MediaVidea reported recently…
News Item #1: A detailed research from HP reveals that 43% of Facebook messages are spam. Marcus from Plentyoffish dating site puts it correctly that you would similar figures on any other social networking sites.
NewsItem #2: A recent Comscore study reports that 3 out of 10 U.S. Internet users delete cookies, which means that sites may be overestimating audiences by a factor as high as 2.5.
Both pieces of information have implications for advertisers who use cookie-based visitor counting and rates of social networking site usage.
I wonder how accurate this is? If this ascertain is on target, how widely known is it? It seems remarkable to me. It might help explain in part the incredibly positive response to Front Porch Forum we’ve found in our initial service area (greater Burlington, Vermont). Subscribe to your neighborhood’s forum and you get no spam… just your neighborhood forum in your inbox every few days. And, our audience is very clear… we have contact information on each one… simple to get an accurate count. This may also contribute to the initial high level of interest among small local business in sponsoring a variety of our neighborhood forums.
MediaVidea offers this today:
Rolling Stone will one of the first mainstream magazines entering into the social networking field... Comscore analysis shows that:
– More than half of Myspace visitors are now 35 and older.
– 71% of the Friendster’s 1 million user base is 35 and above.
– 50% of Facebook users are 25-plus, despite that it has now almost become mandatory for new college and high school students to register there.Aiming an aging demographic is a smart idea. They have the buyer and stating power, vis- -vis the fickle younger crowd.
Adult-oriented social networking sites are already up and running, Multiply for example.
Next up: A social network fro Esquire and New Yorker magazines, perhaps?
Front Porch Forum members appear to range from teens to 80s. Since entire households tend to subscribe, I’m hard pressed to guess an average age.

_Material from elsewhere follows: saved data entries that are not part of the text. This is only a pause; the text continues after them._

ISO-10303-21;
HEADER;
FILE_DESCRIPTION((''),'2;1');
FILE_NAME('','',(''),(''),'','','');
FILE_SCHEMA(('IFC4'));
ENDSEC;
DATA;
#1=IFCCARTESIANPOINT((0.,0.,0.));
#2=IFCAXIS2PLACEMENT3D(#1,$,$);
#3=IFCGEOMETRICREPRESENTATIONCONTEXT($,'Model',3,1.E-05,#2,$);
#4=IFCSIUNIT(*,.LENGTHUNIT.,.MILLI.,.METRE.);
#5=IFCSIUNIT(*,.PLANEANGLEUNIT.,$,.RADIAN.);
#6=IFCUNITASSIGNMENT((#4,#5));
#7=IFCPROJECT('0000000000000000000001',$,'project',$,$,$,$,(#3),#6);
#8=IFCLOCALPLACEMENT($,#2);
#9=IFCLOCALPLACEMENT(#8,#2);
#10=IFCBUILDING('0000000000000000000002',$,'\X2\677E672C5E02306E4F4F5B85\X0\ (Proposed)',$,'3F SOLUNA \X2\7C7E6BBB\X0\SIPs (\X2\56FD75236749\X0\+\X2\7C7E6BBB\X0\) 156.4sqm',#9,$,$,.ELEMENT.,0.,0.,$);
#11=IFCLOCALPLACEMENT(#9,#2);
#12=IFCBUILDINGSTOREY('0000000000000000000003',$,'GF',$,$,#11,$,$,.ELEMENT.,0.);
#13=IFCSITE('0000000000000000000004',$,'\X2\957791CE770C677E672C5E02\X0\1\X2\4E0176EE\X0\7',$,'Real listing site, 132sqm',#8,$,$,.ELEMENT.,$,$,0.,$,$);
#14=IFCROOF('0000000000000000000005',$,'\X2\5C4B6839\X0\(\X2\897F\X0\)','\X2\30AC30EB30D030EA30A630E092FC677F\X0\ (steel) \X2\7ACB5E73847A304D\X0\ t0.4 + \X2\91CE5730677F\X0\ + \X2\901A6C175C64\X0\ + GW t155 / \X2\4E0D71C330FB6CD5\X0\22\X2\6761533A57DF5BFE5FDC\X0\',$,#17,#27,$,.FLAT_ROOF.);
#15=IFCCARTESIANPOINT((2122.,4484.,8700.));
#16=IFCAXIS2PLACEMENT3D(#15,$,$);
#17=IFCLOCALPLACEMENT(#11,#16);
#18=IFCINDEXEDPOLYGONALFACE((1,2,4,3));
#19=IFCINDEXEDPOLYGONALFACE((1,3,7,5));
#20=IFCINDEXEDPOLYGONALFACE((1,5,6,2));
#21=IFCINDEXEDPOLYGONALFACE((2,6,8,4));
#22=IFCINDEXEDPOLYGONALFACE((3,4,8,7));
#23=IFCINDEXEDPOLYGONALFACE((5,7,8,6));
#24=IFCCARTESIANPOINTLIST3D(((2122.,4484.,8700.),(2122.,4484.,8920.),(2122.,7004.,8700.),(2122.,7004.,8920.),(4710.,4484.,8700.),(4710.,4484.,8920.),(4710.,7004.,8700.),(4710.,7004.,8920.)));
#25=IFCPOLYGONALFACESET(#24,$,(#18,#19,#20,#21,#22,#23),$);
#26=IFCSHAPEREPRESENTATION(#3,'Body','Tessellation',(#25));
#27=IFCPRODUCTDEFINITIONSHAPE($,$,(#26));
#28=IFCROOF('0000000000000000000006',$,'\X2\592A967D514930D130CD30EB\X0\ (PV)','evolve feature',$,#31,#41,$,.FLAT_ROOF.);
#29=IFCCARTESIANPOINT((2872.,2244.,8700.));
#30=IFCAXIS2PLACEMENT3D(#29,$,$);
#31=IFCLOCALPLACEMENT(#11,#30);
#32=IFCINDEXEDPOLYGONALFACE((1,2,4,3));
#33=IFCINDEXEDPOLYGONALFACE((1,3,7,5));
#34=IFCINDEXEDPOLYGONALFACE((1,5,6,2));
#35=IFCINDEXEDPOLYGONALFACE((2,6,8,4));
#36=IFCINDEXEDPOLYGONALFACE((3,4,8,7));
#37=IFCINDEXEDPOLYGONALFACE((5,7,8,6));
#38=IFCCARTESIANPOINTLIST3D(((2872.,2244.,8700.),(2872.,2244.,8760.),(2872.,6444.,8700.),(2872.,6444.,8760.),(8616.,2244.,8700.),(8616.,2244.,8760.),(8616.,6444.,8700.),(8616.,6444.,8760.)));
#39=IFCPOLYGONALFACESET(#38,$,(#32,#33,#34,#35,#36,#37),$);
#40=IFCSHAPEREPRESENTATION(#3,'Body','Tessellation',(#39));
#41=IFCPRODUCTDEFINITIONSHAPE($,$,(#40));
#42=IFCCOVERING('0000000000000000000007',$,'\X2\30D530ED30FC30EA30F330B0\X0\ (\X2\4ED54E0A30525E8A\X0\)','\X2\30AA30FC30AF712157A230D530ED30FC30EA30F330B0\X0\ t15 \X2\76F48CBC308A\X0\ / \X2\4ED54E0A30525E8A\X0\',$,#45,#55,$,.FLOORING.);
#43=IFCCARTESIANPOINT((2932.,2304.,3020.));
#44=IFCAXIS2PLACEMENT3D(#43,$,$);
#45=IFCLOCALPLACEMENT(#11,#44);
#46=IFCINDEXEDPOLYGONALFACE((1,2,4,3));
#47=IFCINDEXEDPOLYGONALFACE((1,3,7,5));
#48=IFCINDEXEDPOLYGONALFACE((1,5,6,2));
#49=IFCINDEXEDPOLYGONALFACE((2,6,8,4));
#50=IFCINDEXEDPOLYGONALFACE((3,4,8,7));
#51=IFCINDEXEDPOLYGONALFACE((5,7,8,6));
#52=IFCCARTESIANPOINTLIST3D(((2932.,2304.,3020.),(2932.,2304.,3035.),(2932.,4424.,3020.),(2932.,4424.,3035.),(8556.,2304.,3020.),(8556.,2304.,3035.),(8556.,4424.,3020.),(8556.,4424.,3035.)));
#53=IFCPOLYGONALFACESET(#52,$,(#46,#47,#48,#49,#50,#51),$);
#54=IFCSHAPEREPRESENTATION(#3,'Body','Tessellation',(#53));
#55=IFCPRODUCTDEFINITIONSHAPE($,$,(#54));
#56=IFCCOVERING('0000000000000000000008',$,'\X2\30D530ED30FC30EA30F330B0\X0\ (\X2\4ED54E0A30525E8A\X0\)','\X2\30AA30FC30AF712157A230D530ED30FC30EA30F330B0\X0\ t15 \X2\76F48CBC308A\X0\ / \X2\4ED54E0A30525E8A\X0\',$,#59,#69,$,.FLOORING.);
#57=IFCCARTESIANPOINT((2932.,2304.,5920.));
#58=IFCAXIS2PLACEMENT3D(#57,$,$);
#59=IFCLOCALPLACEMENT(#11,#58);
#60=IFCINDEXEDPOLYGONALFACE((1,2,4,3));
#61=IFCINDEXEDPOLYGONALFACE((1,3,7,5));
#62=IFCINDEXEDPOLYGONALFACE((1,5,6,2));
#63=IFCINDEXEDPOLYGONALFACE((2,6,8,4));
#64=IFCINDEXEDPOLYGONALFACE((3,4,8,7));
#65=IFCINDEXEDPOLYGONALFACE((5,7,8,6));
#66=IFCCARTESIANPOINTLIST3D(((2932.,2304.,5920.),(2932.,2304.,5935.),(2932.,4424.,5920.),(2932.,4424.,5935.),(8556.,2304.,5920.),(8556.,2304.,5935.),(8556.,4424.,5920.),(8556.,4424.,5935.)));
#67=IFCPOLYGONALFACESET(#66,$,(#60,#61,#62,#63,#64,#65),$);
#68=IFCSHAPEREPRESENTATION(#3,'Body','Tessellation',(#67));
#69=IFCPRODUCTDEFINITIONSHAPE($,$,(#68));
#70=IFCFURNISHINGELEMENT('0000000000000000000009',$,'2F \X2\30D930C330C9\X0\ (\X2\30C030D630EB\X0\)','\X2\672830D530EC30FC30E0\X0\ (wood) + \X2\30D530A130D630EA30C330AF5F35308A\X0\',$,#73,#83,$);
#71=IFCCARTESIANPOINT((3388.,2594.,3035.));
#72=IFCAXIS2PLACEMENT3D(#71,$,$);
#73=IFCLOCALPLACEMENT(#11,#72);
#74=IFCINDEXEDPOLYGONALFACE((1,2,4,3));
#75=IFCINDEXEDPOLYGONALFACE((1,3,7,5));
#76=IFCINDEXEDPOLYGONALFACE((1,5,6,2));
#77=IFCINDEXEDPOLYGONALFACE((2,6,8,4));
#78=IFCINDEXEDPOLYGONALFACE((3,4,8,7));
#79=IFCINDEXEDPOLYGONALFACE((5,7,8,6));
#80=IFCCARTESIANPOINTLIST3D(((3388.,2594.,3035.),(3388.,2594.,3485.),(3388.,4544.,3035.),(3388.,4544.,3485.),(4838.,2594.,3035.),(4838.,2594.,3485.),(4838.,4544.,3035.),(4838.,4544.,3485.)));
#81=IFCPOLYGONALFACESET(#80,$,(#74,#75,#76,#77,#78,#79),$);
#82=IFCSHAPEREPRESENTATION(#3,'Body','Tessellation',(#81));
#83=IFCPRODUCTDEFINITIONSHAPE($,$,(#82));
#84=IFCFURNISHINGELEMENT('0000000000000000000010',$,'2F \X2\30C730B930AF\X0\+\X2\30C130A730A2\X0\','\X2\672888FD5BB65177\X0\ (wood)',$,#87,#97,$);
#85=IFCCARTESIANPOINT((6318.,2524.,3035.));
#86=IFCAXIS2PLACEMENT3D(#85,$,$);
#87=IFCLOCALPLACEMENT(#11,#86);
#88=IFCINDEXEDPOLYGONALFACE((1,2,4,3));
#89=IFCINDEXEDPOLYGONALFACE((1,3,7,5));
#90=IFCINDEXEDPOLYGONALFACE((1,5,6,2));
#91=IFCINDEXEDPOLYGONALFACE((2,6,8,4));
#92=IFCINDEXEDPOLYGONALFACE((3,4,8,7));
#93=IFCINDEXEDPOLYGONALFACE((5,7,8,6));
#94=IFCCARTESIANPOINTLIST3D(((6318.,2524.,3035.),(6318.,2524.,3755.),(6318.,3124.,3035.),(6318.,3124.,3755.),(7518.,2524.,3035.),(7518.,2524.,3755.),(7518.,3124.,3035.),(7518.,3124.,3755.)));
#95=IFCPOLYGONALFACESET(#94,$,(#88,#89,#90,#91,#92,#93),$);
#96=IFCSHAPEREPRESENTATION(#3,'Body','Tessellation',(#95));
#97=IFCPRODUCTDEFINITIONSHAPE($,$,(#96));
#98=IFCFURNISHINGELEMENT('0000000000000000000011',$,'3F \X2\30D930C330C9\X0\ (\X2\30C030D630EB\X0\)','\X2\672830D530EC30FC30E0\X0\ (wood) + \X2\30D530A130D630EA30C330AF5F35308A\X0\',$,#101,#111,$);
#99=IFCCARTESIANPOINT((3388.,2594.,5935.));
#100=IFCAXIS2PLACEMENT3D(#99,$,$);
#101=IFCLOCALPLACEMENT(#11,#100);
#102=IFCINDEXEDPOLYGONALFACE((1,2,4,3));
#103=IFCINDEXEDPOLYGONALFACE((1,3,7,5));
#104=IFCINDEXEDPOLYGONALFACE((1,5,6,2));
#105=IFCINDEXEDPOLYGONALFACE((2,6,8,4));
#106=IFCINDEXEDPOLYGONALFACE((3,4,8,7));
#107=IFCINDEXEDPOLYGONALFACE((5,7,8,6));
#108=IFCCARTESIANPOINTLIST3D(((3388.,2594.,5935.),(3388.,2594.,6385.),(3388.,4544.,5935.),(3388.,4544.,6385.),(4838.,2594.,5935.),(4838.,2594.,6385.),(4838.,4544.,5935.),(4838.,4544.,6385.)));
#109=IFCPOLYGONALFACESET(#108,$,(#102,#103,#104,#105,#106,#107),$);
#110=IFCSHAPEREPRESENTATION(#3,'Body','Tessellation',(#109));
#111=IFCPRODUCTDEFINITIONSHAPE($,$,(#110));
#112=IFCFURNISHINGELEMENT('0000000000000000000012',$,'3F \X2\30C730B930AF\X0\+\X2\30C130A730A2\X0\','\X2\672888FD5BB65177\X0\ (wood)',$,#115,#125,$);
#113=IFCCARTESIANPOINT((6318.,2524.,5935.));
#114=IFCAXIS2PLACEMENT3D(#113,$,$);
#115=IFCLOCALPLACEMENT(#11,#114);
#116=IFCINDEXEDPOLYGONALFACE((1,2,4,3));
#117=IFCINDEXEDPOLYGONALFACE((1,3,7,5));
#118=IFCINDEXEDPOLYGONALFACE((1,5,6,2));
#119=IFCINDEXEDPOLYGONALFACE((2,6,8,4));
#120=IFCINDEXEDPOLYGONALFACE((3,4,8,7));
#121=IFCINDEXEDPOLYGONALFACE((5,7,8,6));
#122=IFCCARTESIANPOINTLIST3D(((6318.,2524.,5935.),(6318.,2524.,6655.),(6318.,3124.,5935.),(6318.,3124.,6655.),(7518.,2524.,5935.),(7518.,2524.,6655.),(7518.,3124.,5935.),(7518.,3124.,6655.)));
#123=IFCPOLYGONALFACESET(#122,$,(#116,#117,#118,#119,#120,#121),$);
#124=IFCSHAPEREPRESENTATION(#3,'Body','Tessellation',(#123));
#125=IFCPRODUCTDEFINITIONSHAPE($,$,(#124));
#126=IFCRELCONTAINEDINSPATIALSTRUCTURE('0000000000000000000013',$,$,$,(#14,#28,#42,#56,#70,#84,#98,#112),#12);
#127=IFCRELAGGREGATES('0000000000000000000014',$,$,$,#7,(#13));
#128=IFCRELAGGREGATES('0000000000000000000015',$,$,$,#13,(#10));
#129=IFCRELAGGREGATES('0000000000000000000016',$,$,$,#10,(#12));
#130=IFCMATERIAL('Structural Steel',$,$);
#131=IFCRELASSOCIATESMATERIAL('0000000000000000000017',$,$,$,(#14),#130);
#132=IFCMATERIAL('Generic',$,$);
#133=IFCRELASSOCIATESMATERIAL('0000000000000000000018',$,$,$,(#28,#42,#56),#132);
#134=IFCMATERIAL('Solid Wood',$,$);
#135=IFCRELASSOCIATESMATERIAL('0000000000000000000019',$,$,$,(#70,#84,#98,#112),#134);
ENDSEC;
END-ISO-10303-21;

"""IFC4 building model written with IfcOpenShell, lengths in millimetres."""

from ifc_helpers import new_model, si_unit, frame, frame_2d, origin, place, context, project, spatial, rectangle, extrude, material, element, save


model = new_model("IFC4")

# Units and contexts
model_context = context("Model", 3, precision=1e-05, world=origin())
ifc_project = project(units=[si_unit("LENGTHUNIT", "METRE", prefix="MILLI"), si_unit("PLANEANGLEUNIT", "RADIAN")], contexts=[model_context])

# Site, building, storey
site_placement = place(None, origin())
site = spatial("IfcSite", under=ifc_project, at=site_placement, Name="長野県松本市1丁目7", ObjectType="Real listing site, 132sqm", CompositionType="ELEMENT", RefElevation=0.0)
building_placement = place(site_placement, origin())
building = spatial("IfcBuilding", under=site, at=building_placement, Name="松本市の住宅 (Proposed)", ObjectType="3F SOLUNA 籾殻SIPs (国産杉+籾殻) 156.4sqm", CompositionType="ELEMENT", ElevationOfRefHeight=0.0, ElevationOfTerrain=0.0)
storey_placement = place(building_placement, origin())
storey = spatial("IfcBuildingStorey", under=building, at=storey_placement, Name="GF", CompositionType="ELEMENT", Elevation=0.0)

# Shared definitions
ifc_material_1 = material(Name="Solid Wood")

# Roofs
ifc_material_2 = material(Name="Structural Steel")
roof_1_placement = place(storey_placement, frame((2122.0, 4484.0, 8700.0)))
element("IfcRoof", 1, at=roof_1_placement, inside=storey, material=ifc_material_2, Name="屋根(西)", Description="ガルバリウム鋼板 (steel) 立平葺き t0.4 + 野地板 + 通気層 + GW t155 / 不燃・法22条区域対応", PredefinedType="FLAT_ROOF", context=model_context, shape_type="SweptSolid", body=[
    extrude(rectangle(XDim=2588.0, YDim=2520.0, at=frame_2d((1294.0, 1260.0))), frame((2122.0, 4484.0, 8700.0)), (0.0, 0.0, 1.0), 220.0),
])
ifc_material_3 = material(Name="Generic")
roof_2_placement = place(storey_placement, frame((2872.0, 2244.0, 8700.0)))
element("IfcRoof", 2, at=roof_2_placement, inside=storey, material=ifc_material_3, Name="太陽光パネル (PV)", Description="evolve feature", PredefinedType="FLAT_ROOF", context=model_context, shape_type="SweptSolid", body=[
    extrude(rectangle(XDim=5744.0, YDim=4200.0, at=frame_2d((2872.0, 2100.0))), frame((2872.0, 2244.0, 8700.0)), (0.0, 0.0, 1.0), 60.0),
])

Debbie Block-Schwenk points out a couple new resources today for citizen journalism sites:
Citizen Media: Fad or the Future of News? The rise and prospects of hyperlocal journalism was released by J-Lab. The report by Jan Schaffer consolidates and analyzes responses from 191 people involved with or familiar with online citizen media, including 31 operators of citizen media sites.
Also enabled by J-Lab and the Knight Foundation via their New Voices program is a new “cook book” sharing the experiences of the first year of community site Hartsville Today. The site was started by Douglas J. Fisher, a journalism instructor at the University of South Carolina and Graham Osteen, Publisher of The Hartsville Messenger. The report, entitled Hartsville Today: The first year of a small-town citizen journalism site, documents in detail the steps they took, from deciding on a web site domain name to training staff.